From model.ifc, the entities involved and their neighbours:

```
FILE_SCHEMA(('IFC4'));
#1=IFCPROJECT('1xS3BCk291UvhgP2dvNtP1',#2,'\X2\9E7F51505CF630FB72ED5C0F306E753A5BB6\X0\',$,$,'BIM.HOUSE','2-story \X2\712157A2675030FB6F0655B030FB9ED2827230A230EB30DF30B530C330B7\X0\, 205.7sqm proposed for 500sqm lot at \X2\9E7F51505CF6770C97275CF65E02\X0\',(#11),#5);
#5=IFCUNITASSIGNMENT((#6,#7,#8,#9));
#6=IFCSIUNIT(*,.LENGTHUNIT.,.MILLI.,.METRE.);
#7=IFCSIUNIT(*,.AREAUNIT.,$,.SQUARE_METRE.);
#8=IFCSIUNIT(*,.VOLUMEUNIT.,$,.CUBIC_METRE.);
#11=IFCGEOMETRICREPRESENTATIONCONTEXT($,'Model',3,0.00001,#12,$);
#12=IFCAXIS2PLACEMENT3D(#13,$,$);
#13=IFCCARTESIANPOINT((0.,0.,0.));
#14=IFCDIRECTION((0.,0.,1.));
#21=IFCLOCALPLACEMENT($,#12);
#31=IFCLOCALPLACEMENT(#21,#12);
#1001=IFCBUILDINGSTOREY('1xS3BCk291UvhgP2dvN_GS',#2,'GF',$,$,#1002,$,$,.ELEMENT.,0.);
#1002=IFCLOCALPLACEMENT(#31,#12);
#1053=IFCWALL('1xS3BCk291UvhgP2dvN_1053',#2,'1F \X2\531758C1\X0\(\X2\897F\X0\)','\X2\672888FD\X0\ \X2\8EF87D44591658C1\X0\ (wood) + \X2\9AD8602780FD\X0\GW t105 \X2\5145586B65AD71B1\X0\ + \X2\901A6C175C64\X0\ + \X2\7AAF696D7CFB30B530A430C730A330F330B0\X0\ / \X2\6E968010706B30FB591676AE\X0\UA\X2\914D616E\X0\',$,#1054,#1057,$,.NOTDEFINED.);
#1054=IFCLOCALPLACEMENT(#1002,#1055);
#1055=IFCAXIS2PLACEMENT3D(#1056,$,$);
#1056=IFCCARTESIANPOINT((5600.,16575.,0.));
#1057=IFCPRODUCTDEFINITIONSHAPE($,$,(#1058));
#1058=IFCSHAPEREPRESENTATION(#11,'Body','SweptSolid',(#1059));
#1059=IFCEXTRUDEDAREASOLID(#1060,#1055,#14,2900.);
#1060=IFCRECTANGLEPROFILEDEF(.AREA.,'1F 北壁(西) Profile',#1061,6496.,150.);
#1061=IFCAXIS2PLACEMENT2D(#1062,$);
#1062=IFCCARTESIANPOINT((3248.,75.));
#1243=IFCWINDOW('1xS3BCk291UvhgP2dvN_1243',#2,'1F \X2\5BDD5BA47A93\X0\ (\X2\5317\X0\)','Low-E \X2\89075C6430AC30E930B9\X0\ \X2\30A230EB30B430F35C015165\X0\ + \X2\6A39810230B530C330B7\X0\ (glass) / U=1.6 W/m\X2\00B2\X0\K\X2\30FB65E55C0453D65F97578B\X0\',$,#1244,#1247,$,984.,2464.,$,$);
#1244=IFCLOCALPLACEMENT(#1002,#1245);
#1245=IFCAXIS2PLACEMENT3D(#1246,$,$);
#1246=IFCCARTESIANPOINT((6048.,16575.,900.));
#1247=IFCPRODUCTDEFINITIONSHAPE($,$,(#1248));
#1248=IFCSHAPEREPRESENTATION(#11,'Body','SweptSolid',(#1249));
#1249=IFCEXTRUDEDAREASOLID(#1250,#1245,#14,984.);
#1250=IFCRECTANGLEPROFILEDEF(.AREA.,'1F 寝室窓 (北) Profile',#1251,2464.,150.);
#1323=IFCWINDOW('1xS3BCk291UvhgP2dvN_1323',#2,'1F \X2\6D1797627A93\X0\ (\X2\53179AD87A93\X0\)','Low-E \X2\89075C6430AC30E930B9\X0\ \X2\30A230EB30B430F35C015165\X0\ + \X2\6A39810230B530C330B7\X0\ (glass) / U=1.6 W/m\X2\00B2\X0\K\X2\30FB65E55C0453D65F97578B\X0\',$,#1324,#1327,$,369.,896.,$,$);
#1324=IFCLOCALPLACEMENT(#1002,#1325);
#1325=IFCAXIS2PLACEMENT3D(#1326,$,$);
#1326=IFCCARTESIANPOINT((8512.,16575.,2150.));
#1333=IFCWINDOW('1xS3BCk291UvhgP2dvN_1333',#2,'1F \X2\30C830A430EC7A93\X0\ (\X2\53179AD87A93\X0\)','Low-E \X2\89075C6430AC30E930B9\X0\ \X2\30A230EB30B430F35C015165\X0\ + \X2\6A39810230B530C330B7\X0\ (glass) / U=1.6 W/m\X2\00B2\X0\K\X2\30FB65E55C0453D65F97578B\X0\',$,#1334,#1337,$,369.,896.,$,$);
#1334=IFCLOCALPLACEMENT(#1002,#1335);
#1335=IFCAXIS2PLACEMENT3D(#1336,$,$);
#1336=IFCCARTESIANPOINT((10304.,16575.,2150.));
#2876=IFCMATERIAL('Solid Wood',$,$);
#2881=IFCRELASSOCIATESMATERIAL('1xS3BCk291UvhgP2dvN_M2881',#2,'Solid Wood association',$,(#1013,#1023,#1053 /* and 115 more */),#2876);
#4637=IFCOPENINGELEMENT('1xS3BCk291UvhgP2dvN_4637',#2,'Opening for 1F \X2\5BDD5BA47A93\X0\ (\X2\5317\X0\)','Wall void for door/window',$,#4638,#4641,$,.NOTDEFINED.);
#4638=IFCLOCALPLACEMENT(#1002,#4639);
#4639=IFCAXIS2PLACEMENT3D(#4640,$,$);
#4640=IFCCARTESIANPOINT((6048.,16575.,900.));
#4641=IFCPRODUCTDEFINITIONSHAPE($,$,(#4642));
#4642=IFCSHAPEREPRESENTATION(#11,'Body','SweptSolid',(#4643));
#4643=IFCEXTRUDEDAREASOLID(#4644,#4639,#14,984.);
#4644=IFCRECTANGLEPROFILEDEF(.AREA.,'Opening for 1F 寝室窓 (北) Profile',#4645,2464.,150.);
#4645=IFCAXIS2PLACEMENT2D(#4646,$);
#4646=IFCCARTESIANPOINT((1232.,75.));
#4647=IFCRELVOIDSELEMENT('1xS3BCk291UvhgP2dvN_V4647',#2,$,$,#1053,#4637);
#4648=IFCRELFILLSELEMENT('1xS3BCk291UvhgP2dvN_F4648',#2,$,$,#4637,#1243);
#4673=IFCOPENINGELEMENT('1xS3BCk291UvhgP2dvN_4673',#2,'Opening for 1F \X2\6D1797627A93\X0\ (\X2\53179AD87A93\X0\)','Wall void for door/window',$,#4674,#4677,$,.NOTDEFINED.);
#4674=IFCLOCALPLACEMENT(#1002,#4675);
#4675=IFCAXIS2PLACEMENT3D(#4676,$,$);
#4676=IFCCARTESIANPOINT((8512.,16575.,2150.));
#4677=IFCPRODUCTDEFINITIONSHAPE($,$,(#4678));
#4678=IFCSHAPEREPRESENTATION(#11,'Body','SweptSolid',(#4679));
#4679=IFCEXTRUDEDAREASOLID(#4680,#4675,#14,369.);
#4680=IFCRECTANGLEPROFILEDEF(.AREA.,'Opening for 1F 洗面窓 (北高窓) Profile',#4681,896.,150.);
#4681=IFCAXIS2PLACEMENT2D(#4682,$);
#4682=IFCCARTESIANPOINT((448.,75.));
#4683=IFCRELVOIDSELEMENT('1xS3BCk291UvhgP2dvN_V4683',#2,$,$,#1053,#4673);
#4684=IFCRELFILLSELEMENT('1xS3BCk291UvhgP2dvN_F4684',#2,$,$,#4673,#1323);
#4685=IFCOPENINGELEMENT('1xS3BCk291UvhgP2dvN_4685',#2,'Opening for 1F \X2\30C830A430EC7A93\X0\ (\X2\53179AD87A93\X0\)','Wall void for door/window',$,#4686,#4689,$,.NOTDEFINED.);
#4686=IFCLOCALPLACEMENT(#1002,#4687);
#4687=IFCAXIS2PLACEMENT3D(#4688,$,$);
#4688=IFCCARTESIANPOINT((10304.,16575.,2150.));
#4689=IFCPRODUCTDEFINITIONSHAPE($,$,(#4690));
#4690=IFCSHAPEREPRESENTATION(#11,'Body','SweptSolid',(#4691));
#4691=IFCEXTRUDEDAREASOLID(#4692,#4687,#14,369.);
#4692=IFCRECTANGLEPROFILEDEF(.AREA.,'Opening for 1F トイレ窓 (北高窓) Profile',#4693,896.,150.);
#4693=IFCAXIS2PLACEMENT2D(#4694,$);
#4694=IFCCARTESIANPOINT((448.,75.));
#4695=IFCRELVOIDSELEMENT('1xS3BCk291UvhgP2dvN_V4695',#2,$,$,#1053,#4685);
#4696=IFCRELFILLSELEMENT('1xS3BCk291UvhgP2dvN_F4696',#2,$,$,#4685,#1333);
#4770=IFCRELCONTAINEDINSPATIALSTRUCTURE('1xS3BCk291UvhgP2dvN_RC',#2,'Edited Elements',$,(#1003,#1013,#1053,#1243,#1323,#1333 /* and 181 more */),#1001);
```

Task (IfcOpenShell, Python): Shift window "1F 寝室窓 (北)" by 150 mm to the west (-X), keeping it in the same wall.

```python
import ifcopenshell
import ifcopenshell.api.geometry
import ifcopenshell.util.placement
import ifcopenshell.util.unit

model = ifcopenshell.open("model.ifc")
unit_scale = ifcopenshell.util.unit.calculate_unit_scale(model)

window = model.by_guid("1xS3BCk291UvhgP2dvN_1243")
opening = window.FillsVoids[0].RelatingOpeningElement
wall = opening.VoidsElements[0].RelatingBuildingElement

wall_matrix = ifcopenshell.util.placement.get_local_placement(wall.ObjectPlacement)
shift = wall_matrix[:3, 0] * -0.15 / unit_scale
before = ifcopenshell.util.placement.get_local_placement(window.ObjectPlacement)[:3, 3].copy()

# The window is not placed relative to its opening, so move both.
for product in (opening, window):
    matrix = ifcopenshell.util.placement.get_local_placement(product.ObjectPlacement)
    matrix[:3, 3] += shift
    ifcopenshell.api.geometry.edit_object_placement(model, product=product, matrix=matrix, is_si=False)

after = ifcopenshell.util.placement.get_local_placement(window.ObjectPlacement)[:3, 3]
print("window moved by", (after - before).round(3) + 0.0)

model.write("model_updated.ifc")
```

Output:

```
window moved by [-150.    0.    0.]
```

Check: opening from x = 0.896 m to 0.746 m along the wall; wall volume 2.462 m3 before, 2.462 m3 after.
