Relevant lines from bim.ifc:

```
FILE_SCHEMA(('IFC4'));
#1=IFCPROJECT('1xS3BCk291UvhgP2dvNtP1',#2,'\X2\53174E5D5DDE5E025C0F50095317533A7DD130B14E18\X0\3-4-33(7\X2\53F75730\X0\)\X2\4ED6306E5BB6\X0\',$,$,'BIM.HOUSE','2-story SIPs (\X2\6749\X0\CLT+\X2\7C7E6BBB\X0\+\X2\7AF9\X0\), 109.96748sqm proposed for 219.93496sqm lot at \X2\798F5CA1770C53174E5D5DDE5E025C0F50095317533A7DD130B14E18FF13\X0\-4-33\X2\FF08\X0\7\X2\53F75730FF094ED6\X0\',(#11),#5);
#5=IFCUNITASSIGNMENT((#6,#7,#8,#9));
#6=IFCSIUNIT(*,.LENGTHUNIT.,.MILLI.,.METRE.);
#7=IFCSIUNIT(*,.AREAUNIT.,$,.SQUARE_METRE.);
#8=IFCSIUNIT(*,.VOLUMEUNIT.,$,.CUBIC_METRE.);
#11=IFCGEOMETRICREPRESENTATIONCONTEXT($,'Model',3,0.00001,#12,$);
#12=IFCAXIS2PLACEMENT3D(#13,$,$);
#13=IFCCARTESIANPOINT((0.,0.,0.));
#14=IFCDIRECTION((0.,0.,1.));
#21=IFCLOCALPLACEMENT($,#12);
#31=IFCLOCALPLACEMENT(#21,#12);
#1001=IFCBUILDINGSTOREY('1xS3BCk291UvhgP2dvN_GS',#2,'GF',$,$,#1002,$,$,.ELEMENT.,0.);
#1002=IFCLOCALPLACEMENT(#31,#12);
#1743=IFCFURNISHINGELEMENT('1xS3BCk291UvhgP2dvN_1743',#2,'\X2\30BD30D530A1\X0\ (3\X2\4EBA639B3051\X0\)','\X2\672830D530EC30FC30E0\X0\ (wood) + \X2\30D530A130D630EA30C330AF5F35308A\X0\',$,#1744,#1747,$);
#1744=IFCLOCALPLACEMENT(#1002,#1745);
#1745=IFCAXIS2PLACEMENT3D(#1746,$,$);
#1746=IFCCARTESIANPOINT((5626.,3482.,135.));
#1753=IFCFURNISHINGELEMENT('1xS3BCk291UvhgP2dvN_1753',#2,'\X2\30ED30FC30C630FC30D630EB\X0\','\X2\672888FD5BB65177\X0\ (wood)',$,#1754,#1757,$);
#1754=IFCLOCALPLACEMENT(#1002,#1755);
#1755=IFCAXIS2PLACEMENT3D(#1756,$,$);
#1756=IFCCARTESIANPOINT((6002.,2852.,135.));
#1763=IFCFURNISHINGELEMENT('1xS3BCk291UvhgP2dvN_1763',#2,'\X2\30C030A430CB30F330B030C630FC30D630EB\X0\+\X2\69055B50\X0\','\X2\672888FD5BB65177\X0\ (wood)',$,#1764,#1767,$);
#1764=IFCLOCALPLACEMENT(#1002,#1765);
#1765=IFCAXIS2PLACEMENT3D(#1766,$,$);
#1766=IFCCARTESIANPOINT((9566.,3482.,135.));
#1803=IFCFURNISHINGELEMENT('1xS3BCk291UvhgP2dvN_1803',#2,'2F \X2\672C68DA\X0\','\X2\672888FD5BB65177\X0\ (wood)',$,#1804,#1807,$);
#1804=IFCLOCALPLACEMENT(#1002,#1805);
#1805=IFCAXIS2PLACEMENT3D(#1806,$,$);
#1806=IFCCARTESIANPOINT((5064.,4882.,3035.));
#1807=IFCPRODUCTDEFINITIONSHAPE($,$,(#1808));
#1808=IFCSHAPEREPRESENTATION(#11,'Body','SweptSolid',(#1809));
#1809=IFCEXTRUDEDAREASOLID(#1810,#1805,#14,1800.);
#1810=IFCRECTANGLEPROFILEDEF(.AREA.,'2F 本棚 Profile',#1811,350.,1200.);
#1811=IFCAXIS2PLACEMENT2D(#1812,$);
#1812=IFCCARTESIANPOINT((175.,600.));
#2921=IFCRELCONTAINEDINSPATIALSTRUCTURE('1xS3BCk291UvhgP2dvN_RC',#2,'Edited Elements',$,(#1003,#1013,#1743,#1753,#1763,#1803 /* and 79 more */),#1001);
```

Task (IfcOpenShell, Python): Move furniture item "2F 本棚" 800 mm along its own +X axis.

```python
import ifcopenshell
import ifcopenshell.api.geometry
import ifcopenshell.util.placement
import ifcopenshell.util.unit

model = ifcopenshell.open("bim.ifc")
unit_scale = ifcopenshell.util.unit.calculate_unit_scale(model)

item = model.by_guid("1xS3BCk291UvhgP2dvN_1803")
matrix = ifcopenshell.util.placement.get_local_placement(item.ObjectPlacement)
matrix[:3, 3] += matrix[:3, 0] * 0.8 / unit_scale
ifcopenshell.api.geometry.edit_object_placement(model, product=item, matrix=matrix, is_si=False)

print(ifcopenshell.util.placement.get_local_placement(item.ObjectPlacement).round(3) + 0.0)

model.write("bim_v2.ifc")
```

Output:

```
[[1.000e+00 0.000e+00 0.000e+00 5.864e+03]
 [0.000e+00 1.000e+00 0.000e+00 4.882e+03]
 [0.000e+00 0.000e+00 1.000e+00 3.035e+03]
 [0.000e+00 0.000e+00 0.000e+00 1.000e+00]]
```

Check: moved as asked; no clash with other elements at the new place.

Work to complete: Return each line of the data where the word "IFCRELFILLSELEMENT" appears.

Response box:
#4648=IFCRELFILLSELEMENT('1xS3BCk291UvhgP2dvN_F4648',#2,$,$,#4637,#1243);
#4684=IFCRELFILLSELEMENT('1xS3BCk291UvhgP2dvN_F4684',#2,$,$,#4673,#1323);
#4696=IFCRELFILLSELEMENT('1xS3BCk291UvhgP2dvN_F4696',#2,$,$,#4685,#1333);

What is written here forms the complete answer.